Chief Executive, The, April, 2002 by C.J. Prince

As a Dial Corp. board member, Herb Baum was not surprised to learn in August 2000 that the board was planing to oust CEO Malcolm Jozoff. Jozoff made numerous acquisitions that saddled the company with nearly $660 million in debt, not exactly pocket change for a company with $1.6 billion in revenues. Those acquisitions combied with a stock buyback program--in which the company purchased $190 million of its own shares at an average price of $19, while the stock had dwindled to $11--put Dial's debt-to-cap ratio at a whopping 67 percent. Jozoff had also started up cash-burning businesses in Latin America and Mexico that never really fit in with the company's overall strategy. Worse, in an effort to make its sales numbers look better, Dial had been "stuffing the channel," or using promotions to encourage retailers to stock up on Dial products, which led to an earnings shortfall in 2000.

By the time Dial announced it would miss earnings expectations for a third consecutive quarter, the board had had it. But when they asked Baum to save the foundering consumer products company, they caught him a bit off guard. He was in the middle of a three-year contract as president and COO of Pawtucket, R.I.-based Hasbro, helping its CEO Alan Hassenfeld cope with the toy company's troubles, and hadn't planned to change jobs so soon.

But Baum was a natural fit. He boasted lengthy consumer goods experience during his 15 years at Campbell Soup. And he had proven his turnaround talents as CEO of Quaker, where sales more than doubled and operating earnings grew seven-fold before he sold the company to Penzoil for a tidy profit to shareholders.
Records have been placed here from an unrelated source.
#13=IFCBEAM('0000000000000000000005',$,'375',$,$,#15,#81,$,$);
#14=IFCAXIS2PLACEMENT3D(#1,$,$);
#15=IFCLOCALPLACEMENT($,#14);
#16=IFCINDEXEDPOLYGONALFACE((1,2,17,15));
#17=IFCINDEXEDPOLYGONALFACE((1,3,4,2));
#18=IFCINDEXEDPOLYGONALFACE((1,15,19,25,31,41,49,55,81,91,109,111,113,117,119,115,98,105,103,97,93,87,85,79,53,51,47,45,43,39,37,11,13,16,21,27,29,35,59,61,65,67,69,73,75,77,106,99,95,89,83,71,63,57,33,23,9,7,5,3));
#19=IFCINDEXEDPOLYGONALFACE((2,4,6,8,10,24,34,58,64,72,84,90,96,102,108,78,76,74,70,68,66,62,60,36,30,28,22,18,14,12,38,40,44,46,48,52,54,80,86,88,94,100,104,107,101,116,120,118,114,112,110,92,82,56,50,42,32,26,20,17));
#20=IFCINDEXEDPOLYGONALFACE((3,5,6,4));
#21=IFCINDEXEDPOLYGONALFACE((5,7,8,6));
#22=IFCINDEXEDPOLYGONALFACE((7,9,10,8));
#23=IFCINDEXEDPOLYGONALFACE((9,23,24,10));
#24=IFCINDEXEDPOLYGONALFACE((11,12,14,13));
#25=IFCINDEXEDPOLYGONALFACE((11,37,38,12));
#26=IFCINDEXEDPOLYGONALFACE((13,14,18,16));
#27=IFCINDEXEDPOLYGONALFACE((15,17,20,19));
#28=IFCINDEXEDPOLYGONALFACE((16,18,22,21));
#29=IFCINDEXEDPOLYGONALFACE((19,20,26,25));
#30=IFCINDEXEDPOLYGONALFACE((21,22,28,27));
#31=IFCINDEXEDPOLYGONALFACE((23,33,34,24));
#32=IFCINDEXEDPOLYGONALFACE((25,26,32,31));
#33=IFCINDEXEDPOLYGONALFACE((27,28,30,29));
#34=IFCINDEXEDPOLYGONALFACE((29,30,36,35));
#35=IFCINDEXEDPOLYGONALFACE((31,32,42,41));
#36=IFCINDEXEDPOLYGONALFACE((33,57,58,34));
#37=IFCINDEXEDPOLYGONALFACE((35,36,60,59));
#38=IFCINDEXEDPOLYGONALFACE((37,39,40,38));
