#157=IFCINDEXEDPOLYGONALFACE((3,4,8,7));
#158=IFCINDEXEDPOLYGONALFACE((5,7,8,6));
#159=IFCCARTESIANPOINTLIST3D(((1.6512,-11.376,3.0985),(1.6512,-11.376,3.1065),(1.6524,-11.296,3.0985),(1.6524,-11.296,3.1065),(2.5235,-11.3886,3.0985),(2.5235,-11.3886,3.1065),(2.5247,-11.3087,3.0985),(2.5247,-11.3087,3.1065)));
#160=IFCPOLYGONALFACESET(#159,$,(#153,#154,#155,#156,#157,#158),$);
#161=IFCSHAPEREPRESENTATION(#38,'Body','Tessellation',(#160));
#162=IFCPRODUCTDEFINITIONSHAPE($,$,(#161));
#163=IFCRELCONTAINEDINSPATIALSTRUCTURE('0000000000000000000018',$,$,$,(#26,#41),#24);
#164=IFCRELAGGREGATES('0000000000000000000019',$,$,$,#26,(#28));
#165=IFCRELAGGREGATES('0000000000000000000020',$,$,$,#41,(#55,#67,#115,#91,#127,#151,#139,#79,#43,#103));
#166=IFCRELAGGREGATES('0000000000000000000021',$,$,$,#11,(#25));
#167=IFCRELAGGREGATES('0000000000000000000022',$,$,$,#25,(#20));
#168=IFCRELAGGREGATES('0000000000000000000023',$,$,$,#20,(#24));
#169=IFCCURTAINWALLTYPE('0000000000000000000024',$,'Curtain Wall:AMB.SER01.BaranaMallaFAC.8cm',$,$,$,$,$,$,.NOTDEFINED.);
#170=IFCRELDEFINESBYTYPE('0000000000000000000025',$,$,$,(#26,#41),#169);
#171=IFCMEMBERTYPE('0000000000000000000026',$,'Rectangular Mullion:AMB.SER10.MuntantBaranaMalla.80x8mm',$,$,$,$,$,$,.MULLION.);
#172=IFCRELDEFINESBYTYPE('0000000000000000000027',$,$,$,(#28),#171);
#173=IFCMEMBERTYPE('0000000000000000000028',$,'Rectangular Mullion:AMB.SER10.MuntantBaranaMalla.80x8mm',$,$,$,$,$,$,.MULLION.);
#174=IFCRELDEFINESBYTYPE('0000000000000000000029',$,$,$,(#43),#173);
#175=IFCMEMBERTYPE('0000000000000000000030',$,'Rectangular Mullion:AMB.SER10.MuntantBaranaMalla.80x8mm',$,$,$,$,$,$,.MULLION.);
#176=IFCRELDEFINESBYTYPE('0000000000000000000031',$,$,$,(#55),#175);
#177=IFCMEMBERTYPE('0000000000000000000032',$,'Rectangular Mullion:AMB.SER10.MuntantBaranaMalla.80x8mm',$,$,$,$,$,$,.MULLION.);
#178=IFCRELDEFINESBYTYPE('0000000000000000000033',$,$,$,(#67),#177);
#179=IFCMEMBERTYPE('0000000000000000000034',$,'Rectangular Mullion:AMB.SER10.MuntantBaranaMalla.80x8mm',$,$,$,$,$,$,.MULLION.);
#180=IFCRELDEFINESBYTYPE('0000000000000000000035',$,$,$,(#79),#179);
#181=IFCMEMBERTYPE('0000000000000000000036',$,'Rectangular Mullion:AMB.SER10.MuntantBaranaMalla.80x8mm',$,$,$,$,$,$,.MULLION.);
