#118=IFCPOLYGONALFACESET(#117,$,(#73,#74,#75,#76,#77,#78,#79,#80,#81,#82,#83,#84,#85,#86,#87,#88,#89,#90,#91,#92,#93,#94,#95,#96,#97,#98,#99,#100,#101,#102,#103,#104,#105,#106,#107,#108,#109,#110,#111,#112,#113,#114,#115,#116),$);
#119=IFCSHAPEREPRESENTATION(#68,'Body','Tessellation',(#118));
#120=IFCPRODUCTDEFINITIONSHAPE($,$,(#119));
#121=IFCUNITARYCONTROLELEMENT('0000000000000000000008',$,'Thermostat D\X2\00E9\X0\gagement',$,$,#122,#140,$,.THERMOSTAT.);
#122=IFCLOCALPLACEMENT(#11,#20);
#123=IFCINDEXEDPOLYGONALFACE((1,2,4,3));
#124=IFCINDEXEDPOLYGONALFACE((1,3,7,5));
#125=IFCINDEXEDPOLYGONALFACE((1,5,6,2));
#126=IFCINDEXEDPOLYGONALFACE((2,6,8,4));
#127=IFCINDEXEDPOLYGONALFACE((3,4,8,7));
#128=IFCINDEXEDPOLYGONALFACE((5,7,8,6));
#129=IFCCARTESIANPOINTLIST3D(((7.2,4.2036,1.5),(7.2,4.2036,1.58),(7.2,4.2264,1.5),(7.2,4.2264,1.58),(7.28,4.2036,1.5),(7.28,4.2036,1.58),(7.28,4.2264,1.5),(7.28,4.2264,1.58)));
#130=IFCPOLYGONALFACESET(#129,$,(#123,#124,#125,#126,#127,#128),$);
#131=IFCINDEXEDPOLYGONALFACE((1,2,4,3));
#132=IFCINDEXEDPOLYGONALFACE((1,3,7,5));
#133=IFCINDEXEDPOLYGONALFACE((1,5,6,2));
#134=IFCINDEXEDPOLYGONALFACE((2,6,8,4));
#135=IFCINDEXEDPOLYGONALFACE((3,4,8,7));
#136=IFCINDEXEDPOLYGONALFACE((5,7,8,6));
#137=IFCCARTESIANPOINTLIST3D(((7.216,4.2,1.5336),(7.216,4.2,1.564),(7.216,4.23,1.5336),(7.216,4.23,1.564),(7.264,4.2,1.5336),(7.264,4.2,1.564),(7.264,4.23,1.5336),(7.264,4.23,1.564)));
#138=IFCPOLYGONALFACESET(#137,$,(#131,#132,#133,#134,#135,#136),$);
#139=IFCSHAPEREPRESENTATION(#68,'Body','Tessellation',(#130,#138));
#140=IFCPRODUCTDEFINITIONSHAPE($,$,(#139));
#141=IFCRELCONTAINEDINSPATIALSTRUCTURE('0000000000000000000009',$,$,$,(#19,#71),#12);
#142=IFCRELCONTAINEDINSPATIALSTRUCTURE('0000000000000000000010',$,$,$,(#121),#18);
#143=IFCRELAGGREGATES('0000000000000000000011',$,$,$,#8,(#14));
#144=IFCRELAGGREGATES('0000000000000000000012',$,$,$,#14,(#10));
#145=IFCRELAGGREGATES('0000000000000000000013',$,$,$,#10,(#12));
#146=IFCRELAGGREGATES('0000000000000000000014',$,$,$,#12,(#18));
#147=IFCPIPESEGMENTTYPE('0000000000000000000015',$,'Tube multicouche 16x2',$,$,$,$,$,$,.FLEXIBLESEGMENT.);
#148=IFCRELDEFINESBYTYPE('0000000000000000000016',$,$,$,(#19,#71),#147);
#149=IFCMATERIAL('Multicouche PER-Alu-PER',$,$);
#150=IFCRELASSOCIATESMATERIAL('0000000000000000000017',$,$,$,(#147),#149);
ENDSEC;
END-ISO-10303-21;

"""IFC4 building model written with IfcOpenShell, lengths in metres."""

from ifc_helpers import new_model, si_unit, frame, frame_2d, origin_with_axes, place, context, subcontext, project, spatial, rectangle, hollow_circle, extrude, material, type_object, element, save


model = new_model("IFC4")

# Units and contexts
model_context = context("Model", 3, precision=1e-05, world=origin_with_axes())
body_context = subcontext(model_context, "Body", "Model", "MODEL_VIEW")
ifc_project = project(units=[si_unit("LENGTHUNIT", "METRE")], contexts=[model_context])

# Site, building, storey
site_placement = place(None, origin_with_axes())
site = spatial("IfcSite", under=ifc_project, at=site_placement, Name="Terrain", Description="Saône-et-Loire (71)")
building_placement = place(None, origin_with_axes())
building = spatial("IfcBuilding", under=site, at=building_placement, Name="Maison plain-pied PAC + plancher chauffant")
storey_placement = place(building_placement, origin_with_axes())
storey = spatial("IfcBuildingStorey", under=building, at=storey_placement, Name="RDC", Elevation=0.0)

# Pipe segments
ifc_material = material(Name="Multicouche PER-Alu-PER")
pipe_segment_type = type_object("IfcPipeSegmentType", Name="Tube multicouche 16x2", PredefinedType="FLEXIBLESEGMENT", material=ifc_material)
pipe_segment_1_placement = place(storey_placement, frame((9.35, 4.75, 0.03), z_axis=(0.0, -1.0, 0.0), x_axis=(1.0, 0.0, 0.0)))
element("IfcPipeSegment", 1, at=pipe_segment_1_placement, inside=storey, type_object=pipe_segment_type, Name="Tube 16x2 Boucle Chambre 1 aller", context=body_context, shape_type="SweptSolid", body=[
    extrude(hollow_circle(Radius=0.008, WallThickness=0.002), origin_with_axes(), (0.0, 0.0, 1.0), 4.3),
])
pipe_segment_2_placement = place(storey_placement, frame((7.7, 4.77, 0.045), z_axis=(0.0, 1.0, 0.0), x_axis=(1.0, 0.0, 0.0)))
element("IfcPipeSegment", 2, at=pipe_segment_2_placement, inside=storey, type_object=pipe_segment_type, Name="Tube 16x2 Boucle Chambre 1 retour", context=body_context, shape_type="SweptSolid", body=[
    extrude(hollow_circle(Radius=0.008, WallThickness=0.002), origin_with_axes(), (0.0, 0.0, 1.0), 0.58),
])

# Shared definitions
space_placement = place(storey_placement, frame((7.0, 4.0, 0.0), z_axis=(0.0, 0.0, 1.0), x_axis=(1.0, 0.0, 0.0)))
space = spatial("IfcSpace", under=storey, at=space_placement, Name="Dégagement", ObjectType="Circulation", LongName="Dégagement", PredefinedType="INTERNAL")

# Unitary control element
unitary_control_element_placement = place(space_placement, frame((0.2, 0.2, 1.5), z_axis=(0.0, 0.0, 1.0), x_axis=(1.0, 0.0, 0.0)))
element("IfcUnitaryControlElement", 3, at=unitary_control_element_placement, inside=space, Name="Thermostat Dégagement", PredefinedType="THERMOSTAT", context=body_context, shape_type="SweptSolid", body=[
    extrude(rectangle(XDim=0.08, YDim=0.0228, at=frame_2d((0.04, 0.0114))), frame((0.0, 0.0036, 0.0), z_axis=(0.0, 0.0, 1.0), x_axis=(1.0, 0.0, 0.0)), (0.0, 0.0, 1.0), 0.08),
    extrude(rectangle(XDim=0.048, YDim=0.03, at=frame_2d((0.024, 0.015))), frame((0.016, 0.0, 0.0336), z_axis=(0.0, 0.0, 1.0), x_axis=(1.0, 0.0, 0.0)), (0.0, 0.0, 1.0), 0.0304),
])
Having been a director at Dial for the previous three years, Baum knew he'd have to untangle a financial mess and somehow restore investor confidence, which Dial's former management had depleted along with its cash reserves. The company's stock price had plummeted 64 percent over the previous year, as had employee morale.

But like other turnaround adventure-seekers, Baum saw opportunity where more conventional CEOs might have seen a prescription for failure. He also saw a chance to leave the unpredictable world of toy marketing--and a position as Hassenfeld's No. 2 -- and return to his first love, consumer packaged goods, this time as CEO.

Hasbro was not as eager to release Baum from his three-year contract. "There was a big fight," recalls the soft-spoken CEO, which his lawyers finally won. Baum and his wife Karen -- who had coincidentally just sold their Scottsdale vacation home located just a few blocks from Dial's headquarters -- found an apartment nearby and Baum moved into Dial's corner office.

The plan for rebuilding

His two-part mission: To spruce up the 52-year-old soap maker enough to make it attractive to potential buyers -- and to help it survive as an independent company in the event that no suitors emerge. He introduced a four-part plan, known by the acronym SFX01, to make that happen. It called for stabilizing Dial's core businesses--soap, laundry detergent, air freshener and canned meat divisions -- fixing marginal businesses or jettisoning them, exploring all options, and completing an evaluation for shareholders and analysts in 2001. to ensure the company was on track.

He recruited trusted advisors, including his former CFO at Quaker, Rad Conrad. They did not need to look far to find Dial's top three underperformers: the specialty/personal care product business, which it has since sold, and its operations in Mexico--part of a joint venture with German company Henkel--and in Argentina. All three combined to lose 40 cents a share in the first six months of 2000. Baum was able to dissolve the Henkel partnership, but the climate in Argentina has kept buyers away, forcing the company to consolidate operations there instead.

Jozoff's plan to expand into new territories to offset slowing growth in the U.S. market was not inherently flawed, Baum says, but in general, U.S. companies without experience in international markets tend to have too myopic a perspective when it comes to local economies, cultures and consumer buying habits. Baum learned that lesson as an executive with Campbell, which tried to market its canned condensed soup lines in countries that were unlikely to warm to them. "I remember the year they had an annual report that showed Campbell's soup being served on a street in China," says Baum. "There's no way the Chinese were going to eat our canned soup."

So when Jozoff suggested starting up business in Argentina, Baum, then a director, was the lone dissenting "voice in the wilderness," he says. "It's a difficult country to do business in because it's kind of a Latin dance--you take one step forward and two steps back," says Baum. "I said, 'everything you make you'll lose back'--and that's exactly what happened."

Shedding the unprofitable businesses has helped address the issue of Dial's massive debt, which has been whittled down to $445 million since Baum moved into the corner office. And cash flow from operations was up 26 percent in 2001 over the previous year.